ACTIVITY>
The full listing below should be copied verbatim.

THE INPUT Start Marker

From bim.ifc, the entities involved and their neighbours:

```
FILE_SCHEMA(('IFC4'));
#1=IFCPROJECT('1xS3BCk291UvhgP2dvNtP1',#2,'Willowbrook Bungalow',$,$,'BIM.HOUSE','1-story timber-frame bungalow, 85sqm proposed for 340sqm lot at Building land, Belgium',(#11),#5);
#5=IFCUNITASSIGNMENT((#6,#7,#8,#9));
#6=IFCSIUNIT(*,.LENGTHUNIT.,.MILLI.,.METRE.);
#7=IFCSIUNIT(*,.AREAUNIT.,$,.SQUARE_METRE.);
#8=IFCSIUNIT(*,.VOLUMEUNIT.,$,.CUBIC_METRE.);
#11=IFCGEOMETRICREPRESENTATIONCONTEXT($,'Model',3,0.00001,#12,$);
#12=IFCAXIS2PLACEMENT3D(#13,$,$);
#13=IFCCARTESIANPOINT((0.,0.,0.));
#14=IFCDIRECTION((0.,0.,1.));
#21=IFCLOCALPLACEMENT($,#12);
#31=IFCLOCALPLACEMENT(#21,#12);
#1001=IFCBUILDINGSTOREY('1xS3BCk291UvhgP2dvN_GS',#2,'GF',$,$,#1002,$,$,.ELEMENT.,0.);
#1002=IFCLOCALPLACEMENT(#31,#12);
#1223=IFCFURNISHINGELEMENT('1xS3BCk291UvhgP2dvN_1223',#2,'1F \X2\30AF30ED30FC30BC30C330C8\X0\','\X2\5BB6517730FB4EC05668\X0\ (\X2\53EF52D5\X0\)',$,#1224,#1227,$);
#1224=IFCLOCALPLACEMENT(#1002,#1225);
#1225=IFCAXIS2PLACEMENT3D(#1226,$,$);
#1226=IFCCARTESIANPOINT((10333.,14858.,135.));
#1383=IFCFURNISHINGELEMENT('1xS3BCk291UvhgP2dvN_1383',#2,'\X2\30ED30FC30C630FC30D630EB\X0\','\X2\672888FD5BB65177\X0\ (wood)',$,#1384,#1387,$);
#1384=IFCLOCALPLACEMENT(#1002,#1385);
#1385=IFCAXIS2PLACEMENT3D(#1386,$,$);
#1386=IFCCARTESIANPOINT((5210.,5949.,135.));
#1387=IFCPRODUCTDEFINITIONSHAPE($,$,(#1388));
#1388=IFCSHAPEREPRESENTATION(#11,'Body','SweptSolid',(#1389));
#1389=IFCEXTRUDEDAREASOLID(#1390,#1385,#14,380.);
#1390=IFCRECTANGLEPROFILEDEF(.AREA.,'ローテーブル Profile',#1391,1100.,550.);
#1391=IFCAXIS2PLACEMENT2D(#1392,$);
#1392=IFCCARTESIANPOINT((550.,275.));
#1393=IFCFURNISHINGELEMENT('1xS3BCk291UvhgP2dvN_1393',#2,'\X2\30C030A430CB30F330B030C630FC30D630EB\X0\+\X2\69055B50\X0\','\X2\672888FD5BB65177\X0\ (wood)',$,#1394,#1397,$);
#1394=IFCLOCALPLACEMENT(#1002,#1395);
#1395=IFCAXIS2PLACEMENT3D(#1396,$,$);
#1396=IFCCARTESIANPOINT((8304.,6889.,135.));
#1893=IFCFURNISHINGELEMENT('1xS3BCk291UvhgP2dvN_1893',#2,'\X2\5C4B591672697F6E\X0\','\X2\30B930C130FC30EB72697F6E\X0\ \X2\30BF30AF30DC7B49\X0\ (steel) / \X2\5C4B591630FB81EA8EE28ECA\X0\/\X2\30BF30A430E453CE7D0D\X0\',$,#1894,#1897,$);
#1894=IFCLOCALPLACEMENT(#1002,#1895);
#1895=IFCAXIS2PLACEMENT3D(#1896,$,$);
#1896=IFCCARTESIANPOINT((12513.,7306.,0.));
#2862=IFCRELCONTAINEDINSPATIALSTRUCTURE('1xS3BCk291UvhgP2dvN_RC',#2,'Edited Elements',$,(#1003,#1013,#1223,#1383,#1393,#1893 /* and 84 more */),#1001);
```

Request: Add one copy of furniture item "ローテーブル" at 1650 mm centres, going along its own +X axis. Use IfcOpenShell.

```python
import ifcopenshell
import ifcopenshell.api.geometry
import ifcopenshell.api.root
import ifcopenshell.util.element
import ifcopenshell.util.placement
import ifcopenshell.util.unit

model = ifcopenshell.open("bim.ifc")
unit_scale = ifcopenshell.util.unit.calculate_unit_scale(model)


def reuse_history(source, copy):
    """copy_class also copies each property set's owner history, people and application; keep the originals."""
    for rel in copy.IsDefinedBy:
        if rel.is_a("IfcRelDefinesByProperties") and (history := rel.RelatingPropertyDefinition.OwnerHistory):
            rel.RelatingPropertyDefinition.OwnerHistory = source.OwnerHistory
            ifcopenshell.util.element.remove_deep2(model, history)


source = model.by_guid("1xS3BCk291UvhgP2dvN_1383")
base = ifcopenshell.util.placement.get_local_placement(source.ObjectPlacement)
step = base[:3, 0] * 1.65 / unit_scale

for i in range(1, 2):
    copy = ifcopenshell.api.root.copy_class(model, product=source)
    copy.Representation = ifcopenshell.util.element.copy_deep(
        model, source.Representation, exclude=["IfcGeometricRepresentationContext", "IfcRepresentationMap"]
    )
    reuse_history(source, copy)
    matrix = base.copy()
    matrix[:3, 3] += i * step
    print("added at", matrix[:3, 3].round(3) + 0.0)
    ifcopenshell.api.geometry.edit_object_placement(model, product=copy, matrix=matrix, is_si=False)

model.write("bim-out.ifc")
```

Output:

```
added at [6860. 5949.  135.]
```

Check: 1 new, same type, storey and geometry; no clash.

THE INPUT End Marker

ANSWER SPACE>
From bim.ifc, the entities involved and their neighbours:

```
FILE_SCHEMA(('IFC4'));
#1=IFCPROJECT('1xS3BCk291UvhgP2dvNtP1',#2,'Willowbrook Bungalow',$,$,'BIM.HOUSE','1-story timber-frame bungalow, 85sqm proposed for 340sqm lot at Building land, Belgium',(#11),#5);
#5=IFCUNITASSIGNMENT((#6,#7,#8,#9));
#6=IFCSIUNIT(*,.LENGTHUNIT.,.MILLI.,.METRE.);
#7=IFCSIUNIT(*,.AREAUNIT.,$,.SQUARE_METRE.);
#8=IFCSIUNIT(*,.VOLUMEUNIT.,$,.CUBIC_METRE.);
#11=IFCGEOMETRICREPRESENTATIONCONTEXT($,'Model',3,0.00001,#12,$);
#12=IFCAXIS2PLACEMENT3D(#13,$,$);
#13=IFCCARTESIANPOINT((0.,0.,0.));
#14=IFCDIRECTION((0.,0.,1.));
#21=IFCLOCALPLACEMENT($,#12);
#31=IFCLOCALPLACEMENT(#21,#12);
#1001=IFCBUILDINGSTOREY('1xS3BCk291UvhgP2dvN_GS',#2,'GF',$,$,#1002,$,$,.ELEMENT.,0.);
#1002=IFCLOCALPLACEMENT(#31,#12);
#1223=IFCFURNISHINGELEMENT('1xS3BCk291UvhgP2dvN_1223',#2,'1F \X2\30AF30ED30FC30BC30C330C8\X0\','\X2\5BB6517730FB4EC05668\X0\ (\X2\53EF52D5\X0\)',$,#1224,#1227,$);
#1224=IFCLOCALPLACEMENT(#1002,#1225);
#1225=IFCAXIS2PLACEMENT3D(#1226,$,$);
#1226=IFCCARTESIANPOINT((10333.,14858.,135.));
#1383=IFCFURNISHINGELEMENT('1xS3BCk291UvhgP2dvN_1383',#2,'\X2\30ED30FC30C630FC30D630EB\X0\','\X2\672888FD5BB65177\X0\ (wood)',$,#1384,#1387,$);
#1384=IFCLOCALPLACEMENT(#1002,#1385);
#1385=IFCAXIS2PLACEMENT3D(#1386,$,$);
#1386=IFCCARTESIANPOINT((5210.,5949.,135.));
#1387=IFCPRODUCTDEFINITIONSHAPE($,$,(#1388));
#1388=IFCSHAPEREPRESENTATION(#11,'Body','SweptSolid',(#1389));
#1389=IFCEXTRUDEDAREASOLID(#1390,#1385,#14,380.);
#1390=IFCRECTANGLEPROFILEDEF(.AREA.,'ローテーブル Profile',#1391,1100.,550.);
#1391=IFCAXIS2PLACEMENT2D(#1392,$);
#1392=IFCCARTESIANPOINT((550.,275.));
#1393=IFCFURNISHINGELEMENT('1xS3BCk291UvhgP2dvN_1393',#2,'\X2\30C030A430CB30F330B030C630FC30D630EB\X0\+\X2\69055B50\X0\','\X2\672888FD5BB65177\X0\ (wood)',$,#1394,#1397,$);
#1394=IFCLOCALPLACEMENT(#1002,#1395);
#1395=IFCAXIS2PLACEMENT3D(#1396,$,$);
#1396=IFCCARTESIANPOINT((8304.,6889.,135.));
#1893=IFCFURNISHINGELEMENT('1xS3BCk291UvhgP2dvN_1893',#2,'\X2\5C4B591672697F6E\X0\','\X2\30B930C130FC30EB72697F6E\X0\ \X2\30BF30AF30DC7B49\X0\ (steel) / \X2\5C4B591630FB81EA8EE28ECA\X0\/\X2\30BF30A430E453CE7D0D\X0\',$,#1894,#1897,$);
#1894=IFCLOCALPLACEMENT(#1002,#1895);
#1895=IFCAXIS2PLACEMENT3D(#1896,$,$);
#1896=IFCCARTESIANPOINT((12513.,7306.,0.));
#2862=IFCRELCONTAINEDINSPATIALSTRUCTURE('1xS3BCk291UvhgP2dvN_RC',#2,'Edited Elements',$,(#1003,#1013,#1223,#1383,#1393,#1893 /* and 84 more */),#1001);
```

Request: Add one copy of furniture item "ローテーブル" at 1650 mm centres, going along its own +X axis. Use IfcOpenShell.

```python
import ifcopenshell
import ifcopenshell.api.geometry
import ifcopenshell.api.root
import ifcopenshell.util.element
import ifcopenshell.util.placement
import ifcopenshell.util.unit

model = ifcopenshell.open("bim.ifc")
unit_scale = ifcopenshell.util.unit.calculate_unit_scale(model)


def reuse_history(source, copy):
    """copy_class also copies each property set's owner history, people and application; keep the originals."""
    for rel in copy.IsDefinedBy:
        if rel.is_a("IfcRelDefinesByProperties") and (history := rel.RelatingPropertyDefinition.OwnerHistory):
            rel.RelatingPropertyDefinition.OwnerHistory = source.OwnerHistory
            ifcopenshell.util.element.remove_deep2(model, history)


source = model.by_guid("1xS3BCk291UvhgP2dvN_1383")
base = ifcopenshell.util.placement.get_local_placement(source.ObjectPlacement)
step = base[:3, 0] * 1.65 / unit_scale

for i in range(1, 2):
    copy = ifcopenshell.api.root.copy_class(model, product=source)
    copy.Representation = ifcopenshell.util.element.copy_deep(
        model, source.Representation, exclude=["IfcGeometricRepresentationContext", "IfcRepresentationMap"]
    )
    reuse_history(source, copy)
    matrix = base.copy()
    matrix[:3, 3] += i * step
    print("added at", matrix[:3, 3].round(3) + 0.0)
    ifcopenshell.api.geometry.edit_object_placement(model, product=copy, matrix=matrix, is_si=False)

model.write("bim-out.ifc")
```

Output:

```
added at [6860. 5949.  135.]
```

Check: 1 new, same type, storey and geometry; no clash.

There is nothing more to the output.